Problem to work on: Wherever the string "IFCSIUNIT" appears in the listing, copy that line.

Records shown START

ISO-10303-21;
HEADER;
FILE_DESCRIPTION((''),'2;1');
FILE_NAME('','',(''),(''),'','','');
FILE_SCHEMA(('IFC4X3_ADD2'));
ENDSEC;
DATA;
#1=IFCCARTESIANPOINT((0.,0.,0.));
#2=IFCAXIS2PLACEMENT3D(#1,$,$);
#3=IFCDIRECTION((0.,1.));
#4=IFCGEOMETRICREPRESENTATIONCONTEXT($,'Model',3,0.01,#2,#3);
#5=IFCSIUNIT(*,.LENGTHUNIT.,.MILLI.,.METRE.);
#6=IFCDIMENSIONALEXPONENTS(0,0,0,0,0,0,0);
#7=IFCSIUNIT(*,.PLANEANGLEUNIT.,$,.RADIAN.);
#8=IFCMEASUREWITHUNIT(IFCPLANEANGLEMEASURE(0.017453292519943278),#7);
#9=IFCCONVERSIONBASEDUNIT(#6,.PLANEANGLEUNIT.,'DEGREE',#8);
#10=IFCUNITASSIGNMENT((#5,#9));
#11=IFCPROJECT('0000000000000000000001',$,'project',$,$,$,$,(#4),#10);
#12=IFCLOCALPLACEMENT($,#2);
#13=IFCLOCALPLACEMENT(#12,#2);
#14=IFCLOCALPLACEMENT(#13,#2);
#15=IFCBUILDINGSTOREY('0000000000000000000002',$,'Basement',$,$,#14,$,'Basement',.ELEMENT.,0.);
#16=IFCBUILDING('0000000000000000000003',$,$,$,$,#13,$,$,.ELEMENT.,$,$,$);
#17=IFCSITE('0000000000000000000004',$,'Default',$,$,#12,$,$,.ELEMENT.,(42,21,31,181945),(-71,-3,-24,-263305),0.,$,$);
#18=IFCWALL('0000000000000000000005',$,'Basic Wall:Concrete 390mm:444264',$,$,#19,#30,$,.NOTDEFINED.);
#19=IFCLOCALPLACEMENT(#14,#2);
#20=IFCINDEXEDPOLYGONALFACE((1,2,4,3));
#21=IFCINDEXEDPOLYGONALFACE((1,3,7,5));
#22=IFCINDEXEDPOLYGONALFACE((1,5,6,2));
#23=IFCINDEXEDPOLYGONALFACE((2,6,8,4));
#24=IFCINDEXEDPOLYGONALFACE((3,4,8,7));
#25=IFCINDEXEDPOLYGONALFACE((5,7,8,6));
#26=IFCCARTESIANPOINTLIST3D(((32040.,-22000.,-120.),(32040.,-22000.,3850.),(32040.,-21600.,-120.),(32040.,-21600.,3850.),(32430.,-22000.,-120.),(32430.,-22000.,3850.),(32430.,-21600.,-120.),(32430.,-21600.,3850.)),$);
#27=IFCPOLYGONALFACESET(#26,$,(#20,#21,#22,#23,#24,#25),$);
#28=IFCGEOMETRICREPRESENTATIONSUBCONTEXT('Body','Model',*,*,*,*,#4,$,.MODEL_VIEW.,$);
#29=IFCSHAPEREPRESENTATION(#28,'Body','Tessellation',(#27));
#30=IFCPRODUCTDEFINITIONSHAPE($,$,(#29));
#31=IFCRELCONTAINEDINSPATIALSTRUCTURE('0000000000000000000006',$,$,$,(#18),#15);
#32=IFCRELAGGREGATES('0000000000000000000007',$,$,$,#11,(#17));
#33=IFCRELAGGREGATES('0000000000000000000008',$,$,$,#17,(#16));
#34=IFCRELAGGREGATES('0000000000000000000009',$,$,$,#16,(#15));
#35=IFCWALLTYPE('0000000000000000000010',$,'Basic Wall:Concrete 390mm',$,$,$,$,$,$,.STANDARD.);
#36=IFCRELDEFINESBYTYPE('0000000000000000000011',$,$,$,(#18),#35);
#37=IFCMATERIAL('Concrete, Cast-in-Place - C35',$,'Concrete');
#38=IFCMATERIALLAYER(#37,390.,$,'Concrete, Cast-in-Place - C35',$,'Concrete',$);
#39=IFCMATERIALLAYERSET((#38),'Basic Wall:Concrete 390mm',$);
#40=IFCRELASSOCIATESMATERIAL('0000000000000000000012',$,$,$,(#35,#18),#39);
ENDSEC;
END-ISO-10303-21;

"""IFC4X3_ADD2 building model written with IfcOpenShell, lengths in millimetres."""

from ifc_helpers import new_model, entity, si_unit, converted_unit, direction, frame, frame_2d, origin, place, context, subcontext, project, spatial, rectangle, extrude, material, layer, layer_set, type_object, element, save


model = new_model("IFC4X3_ADD2")

# Units and contexts
model_context = context("Model", 3, precision=0.01, world=origin(), true_north=direction((0.0, 1.0)))
body_context = subcontext(model_context, "Body", "Model", "MODEL_VIEW")
ifc_project = project(units=[si_unit("LENGTHUNIT", "METRE", prefix="MILLI"), converted_unit("PLANEANGLEUNIT", "DEGREE", entity("IfcPlaneAngleMeasure", 0.017453292519943278), si_unit("PLANEANGLEUNIT", "RADIAN"), dimensions=[0, 0, 0, 0, 0, 0, 0])], contexts=[model_context])

# Site, building, storey
site_placement = place(None, origin())
site = spatial("IfcSite", under=ifc_project, at=site_placement, Name="Default", CompositionType="ELEMENT", RefLatitude=(42, 21, 31, 181945), RefLongitude=(-71, -3, -24, -263305), RefElevation=0.0)
building_placement = place(site_placement, origin())
building = spatial("IfcBuilding", under=site, at=building_placement, CompositionType="ELEMENT")
storey_placement = place(building_placement, origin())
storey = spatial("IfcBuildingStorey", under=building, at=storey_placement, Name="Basement", LongName="Basement", CompositionType="ELEMENT", Elevation=0.0)

# Shared definitions
ifc_material = material(Name="Concrete, Cast-in-Place - C35", Category="Concrete")

# Wall
ifc_layer_1 = layer(ifc_material, 390.0, Name="Concrete, Cast-in-Place - C35", Category="Concrete")
ifc_layer_set_1 = layer_set([ifc_layer_1], Name="Basic Wall:Concrete 390mm")
wall_type_1 = type_object("IfcWallType", Name="Basic Wall:Concrete 390mm", PredefinedType="STANDARD", material=ifc_layer_set_1)
wall_1_placement = place(storey_placement, frame((32235.0, -21600.0, -120.0), z_axis=(0.0, 0.0, 1.0), x_axis=(0.0, -1.0, 0.0)))
element("IfcWall", 1, at=wall_1_placement, inside=storey, type_object=wall_type_1, material=ifc_layer_set_1, Name="Basic Wall:Concrete 390mm:444264", PredefinedType="NOTDEFINED", context=body_context, shape_type="SweptSolid", body=[
    extrude(rectangle(XDim=400.0, YDim=390.0, at=frame_2d((200.0, 0.0), x_axis=(-1.0, 0.0))), origin(), (0.0, 0.0, 1.0), 3970.0),
])

save(model, "model.ifc")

Records shown END

Output of the exercise:
#5=IFCSIUNIT(*,.LENGTHUNIT.,.MILLI.,.METRE.);
#7=IFCSIUNIT(*,.PLANEANGLEUNIT.,$,.RADIAN.);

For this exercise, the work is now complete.